Right.  Of course, you know and I know that it probably derives from a
filename extension on the server; but that *should* have no
significance for an HTTP *client*, as you rightly pointed out.

> so only the MIME type has any meaning.

To the client, indeed.  It *might* be used on the server to deduce the
appropriate MIME type to send - the server in question here is
evidently getting it wrong.
 
>
> MSIE breaks the interworking specs in this regard. Instead of
> accepting the MIME type as definitive, it sniffs the content and tries
> to second guess it.

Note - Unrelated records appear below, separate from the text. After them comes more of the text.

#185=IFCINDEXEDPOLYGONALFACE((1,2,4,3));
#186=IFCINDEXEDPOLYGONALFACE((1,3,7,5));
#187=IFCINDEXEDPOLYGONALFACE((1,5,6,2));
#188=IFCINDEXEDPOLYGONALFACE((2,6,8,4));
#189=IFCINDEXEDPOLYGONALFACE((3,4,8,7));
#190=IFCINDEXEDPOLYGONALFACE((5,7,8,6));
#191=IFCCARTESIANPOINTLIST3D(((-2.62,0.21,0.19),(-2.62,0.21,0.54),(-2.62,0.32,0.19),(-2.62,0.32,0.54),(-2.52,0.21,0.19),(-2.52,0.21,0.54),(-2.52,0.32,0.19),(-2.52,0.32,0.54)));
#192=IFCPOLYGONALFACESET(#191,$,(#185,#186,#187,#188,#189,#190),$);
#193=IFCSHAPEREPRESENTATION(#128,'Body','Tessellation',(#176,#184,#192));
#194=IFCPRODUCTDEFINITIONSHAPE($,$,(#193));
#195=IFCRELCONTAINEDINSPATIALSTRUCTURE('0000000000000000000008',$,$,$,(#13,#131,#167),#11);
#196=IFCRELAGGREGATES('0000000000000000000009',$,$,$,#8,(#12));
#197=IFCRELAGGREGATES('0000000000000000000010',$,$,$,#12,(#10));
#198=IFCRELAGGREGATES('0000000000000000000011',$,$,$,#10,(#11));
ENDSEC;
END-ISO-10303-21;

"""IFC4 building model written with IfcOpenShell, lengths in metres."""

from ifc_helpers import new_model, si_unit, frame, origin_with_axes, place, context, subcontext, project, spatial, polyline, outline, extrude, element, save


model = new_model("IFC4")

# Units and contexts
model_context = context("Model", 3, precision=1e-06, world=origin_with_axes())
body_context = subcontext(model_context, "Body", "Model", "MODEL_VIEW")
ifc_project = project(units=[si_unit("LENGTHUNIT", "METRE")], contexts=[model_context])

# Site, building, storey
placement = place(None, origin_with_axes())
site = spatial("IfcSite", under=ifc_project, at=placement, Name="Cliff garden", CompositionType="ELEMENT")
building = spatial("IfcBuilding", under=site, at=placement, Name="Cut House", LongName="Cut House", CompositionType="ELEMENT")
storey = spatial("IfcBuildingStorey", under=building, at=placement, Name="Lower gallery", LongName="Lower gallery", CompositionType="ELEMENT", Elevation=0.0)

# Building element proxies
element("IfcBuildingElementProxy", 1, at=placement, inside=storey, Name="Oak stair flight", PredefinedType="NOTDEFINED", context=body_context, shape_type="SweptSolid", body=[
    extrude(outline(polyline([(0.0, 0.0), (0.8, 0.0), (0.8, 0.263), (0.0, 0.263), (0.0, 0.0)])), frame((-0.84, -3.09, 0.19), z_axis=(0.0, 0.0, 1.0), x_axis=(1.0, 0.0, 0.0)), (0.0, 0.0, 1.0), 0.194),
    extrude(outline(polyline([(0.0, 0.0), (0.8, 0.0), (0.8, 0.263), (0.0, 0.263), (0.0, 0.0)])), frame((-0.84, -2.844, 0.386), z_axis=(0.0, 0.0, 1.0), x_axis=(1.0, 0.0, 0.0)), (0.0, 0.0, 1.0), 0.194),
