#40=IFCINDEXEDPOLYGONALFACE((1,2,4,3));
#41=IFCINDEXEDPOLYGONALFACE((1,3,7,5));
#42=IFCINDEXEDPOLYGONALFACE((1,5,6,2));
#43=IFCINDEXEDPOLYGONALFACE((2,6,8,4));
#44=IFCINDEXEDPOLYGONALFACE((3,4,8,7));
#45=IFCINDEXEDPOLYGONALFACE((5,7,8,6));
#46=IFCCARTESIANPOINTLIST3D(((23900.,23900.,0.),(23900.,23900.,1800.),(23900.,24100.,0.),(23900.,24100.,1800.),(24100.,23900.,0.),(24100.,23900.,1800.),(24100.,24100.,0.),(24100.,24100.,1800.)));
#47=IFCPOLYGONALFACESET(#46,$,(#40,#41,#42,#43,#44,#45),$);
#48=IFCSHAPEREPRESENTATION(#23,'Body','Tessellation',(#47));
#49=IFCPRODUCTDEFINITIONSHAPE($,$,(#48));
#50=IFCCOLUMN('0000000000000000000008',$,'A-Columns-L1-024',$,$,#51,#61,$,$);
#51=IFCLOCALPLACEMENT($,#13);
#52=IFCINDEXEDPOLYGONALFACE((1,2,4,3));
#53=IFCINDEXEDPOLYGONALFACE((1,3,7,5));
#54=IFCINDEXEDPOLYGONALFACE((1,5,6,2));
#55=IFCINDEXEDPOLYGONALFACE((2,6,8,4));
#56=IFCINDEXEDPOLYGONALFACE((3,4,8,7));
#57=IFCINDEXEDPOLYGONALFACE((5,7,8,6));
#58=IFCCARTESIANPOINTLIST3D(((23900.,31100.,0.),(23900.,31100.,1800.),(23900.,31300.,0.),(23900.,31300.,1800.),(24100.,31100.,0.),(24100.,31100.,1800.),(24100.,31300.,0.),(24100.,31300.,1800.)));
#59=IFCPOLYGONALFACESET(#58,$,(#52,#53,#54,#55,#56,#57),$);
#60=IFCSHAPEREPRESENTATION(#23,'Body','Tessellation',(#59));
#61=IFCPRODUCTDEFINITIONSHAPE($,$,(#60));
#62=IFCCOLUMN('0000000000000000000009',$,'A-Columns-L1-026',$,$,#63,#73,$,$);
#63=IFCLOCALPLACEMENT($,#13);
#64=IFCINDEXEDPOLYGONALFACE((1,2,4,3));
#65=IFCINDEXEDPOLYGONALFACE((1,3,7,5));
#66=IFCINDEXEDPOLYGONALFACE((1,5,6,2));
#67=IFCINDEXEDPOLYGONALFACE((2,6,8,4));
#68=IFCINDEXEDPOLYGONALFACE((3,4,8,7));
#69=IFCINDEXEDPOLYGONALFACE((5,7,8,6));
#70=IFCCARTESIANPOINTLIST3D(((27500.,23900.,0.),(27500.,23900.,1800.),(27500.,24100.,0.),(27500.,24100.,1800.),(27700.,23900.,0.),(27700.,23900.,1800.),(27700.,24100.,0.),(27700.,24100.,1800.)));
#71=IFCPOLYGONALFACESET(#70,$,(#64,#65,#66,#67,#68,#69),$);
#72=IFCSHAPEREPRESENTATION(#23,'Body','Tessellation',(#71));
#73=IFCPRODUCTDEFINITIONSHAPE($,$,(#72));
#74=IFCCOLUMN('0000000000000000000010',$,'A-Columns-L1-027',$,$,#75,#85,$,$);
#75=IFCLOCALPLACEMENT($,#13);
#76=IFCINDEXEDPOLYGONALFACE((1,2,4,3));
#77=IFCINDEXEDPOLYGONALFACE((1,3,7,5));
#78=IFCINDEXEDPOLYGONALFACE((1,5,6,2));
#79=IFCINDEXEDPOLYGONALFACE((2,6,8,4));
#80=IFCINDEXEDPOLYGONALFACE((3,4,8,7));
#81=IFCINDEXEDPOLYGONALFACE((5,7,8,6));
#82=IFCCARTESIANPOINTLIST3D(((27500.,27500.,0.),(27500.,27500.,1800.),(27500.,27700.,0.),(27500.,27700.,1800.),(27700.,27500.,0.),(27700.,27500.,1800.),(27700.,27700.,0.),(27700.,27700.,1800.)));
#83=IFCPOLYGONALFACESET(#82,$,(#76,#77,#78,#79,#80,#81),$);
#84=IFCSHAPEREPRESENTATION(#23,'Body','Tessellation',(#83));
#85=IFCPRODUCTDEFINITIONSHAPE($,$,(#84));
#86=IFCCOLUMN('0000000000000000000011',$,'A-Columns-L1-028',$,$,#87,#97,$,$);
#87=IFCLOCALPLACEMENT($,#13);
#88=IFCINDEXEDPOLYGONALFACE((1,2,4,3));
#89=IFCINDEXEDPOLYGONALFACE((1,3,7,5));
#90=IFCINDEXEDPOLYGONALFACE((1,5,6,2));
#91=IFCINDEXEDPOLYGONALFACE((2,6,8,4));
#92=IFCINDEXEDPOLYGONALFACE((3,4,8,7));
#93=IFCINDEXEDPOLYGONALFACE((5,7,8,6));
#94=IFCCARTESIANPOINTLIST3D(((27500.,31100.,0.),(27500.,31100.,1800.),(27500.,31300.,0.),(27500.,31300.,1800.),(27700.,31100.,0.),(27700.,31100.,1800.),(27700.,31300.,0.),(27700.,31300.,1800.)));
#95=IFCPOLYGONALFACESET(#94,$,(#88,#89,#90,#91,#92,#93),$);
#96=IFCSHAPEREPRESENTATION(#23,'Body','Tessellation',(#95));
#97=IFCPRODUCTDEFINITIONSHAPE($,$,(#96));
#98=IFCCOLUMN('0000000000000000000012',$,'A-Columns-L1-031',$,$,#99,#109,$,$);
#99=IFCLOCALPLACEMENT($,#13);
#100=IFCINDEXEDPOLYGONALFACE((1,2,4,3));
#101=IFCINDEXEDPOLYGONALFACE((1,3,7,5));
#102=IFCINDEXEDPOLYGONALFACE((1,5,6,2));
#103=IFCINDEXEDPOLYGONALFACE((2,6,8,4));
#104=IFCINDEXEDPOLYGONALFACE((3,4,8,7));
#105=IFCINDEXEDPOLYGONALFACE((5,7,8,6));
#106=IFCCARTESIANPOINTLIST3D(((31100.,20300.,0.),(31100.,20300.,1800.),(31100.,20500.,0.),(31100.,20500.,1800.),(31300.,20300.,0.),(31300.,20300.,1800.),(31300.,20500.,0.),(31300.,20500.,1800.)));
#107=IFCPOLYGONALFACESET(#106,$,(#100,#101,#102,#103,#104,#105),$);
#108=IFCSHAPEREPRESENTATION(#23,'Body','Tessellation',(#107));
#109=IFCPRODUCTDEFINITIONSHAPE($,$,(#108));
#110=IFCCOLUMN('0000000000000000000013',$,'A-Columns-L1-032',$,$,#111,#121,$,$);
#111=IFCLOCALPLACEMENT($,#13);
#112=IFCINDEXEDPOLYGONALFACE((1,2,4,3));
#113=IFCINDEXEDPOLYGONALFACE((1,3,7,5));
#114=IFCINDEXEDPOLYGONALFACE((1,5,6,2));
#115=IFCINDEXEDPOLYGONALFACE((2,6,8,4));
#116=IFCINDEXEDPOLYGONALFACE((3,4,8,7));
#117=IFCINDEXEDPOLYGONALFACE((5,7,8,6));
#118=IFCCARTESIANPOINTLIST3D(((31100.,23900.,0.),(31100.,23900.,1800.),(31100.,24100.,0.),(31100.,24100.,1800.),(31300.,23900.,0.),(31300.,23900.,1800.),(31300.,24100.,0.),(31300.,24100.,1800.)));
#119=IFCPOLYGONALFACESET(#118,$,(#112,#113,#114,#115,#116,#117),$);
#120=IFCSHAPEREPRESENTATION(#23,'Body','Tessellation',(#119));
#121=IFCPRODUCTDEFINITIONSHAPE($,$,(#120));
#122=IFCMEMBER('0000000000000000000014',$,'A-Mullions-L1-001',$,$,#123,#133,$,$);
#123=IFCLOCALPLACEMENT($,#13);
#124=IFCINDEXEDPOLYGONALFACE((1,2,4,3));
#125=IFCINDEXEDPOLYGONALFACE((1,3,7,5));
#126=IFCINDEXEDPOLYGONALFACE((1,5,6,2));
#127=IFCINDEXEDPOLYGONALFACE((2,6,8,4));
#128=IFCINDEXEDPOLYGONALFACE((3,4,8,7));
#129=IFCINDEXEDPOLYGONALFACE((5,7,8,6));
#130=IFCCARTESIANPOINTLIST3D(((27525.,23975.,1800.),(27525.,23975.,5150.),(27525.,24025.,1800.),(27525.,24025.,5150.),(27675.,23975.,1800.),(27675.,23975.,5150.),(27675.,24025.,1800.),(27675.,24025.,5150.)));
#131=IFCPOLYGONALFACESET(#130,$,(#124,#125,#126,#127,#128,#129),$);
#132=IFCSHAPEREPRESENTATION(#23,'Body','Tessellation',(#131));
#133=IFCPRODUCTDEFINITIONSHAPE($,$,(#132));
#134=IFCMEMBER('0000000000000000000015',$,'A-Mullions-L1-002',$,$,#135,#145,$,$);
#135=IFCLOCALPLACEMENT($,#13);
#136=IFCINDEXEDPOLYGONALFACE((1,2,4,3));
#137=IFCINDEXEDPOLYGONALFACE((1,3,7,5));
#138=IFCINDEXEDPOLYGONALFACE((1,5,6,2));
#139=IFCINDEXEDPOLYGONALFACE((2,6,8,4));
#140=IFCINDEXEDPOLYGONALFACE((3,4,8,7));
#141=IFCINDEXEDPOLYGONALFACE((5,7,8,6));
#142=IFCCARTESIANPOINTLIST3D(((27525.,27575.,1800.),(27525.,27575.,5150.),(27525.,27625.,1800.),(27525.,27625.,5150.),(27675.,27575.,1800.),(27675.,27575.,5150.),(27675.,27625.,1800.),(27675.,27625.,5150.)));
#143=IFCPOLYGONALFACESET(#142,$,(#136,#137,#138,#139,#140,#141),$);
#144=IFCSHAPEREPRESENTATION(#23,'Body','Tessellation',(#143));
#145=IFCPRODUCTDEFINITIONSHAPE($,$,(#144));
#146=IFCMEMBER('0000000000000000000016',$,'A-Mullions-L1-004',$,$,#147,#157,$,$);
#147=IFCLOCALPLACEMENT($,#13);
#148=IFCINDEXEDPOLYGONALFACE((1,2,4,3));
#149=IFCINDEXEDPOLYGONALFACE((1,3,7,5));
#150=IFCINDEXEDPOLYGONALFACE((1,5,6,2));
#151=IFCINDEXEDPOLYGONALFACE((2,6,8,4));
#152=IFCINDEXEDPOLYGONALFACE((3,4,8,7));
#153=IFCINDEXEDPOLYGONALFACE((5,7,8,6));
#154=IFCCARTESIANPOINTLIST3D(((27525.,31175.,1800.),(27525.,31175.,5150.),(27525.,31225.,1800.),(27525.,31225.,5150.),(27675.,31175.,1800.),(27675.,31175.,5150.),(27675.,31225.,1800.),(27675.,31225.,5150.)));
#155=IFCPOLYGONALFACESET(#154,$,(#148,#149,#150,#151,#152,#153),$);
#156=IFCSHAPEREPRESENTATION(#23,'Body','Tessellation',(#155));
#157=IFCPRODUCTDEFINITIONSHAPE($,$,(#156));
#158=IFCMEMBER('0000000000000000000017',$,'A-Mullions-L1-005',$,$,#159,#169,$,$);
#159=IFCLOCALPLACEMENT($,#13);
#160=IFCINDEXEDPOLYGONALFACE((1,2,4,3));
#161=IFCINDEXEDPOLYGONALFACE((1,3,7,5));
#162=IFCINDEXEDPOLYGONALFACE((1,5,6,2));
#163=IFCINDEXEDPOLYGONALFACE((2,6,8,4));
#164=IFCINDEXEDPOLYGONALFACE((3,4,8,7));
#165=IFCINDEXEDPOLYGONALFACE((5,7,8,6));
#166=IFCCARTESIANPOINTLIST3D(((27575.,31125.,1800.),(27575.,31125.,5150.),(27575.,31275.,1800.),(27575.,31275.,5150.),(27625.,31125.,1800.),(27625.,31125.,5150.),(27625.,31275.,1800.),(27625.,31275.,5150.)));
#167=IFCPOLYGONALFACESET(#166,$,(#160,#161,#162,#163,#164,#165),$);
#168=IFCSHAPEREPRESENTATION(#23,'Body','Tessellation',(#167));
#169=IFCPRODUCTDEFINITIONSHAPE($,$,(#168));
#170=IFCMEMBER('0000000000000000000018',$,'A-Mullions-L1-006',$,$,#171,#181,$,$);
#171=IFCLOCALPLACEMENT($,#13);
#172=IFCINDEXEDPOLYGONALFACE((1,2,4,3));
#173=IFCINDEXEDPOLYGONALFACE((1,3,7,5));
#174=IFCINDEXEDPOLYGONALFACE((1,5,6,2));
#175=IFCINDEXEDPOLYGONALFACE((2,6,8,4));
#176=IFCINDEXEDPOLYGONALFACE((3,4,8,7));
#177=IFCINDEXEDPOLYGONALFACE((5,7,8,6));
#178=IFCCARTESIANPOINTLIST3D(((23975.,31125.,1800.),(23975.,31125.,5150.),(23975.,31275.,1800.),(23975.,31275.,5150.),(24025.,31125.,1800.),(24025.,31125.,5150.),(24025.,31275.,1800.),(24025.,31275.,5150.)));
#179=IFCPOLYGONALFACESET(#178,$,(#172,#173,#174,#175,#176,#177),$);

In this case, IE violates the spec and gives you
> what you want, but not what the MIME type says.

Exactly.

> Mozilla does not violate the spec in this case, and thus the results
> are not what you want.

Well, I'm sorry to say that in relation to CSS files, Mozilla too
disregards this rule, *when* operating in quirks mode, and that the
disregard is deliberate, see:
http://www.mozilla.org/docs/web-dev.../quirklist.html

As you'd expect, some clue-impaired designers then "solve" their
problem by removing their DOCTYPE declaration in order to get quirks
mode...

Opera also has an option (enabled by default) to second-guess the MIME
type.  One may well blame all of this misbehaviour on IE for creating
the problem in the first place, so it's hard to know just where to put
the blame.

hope this helps.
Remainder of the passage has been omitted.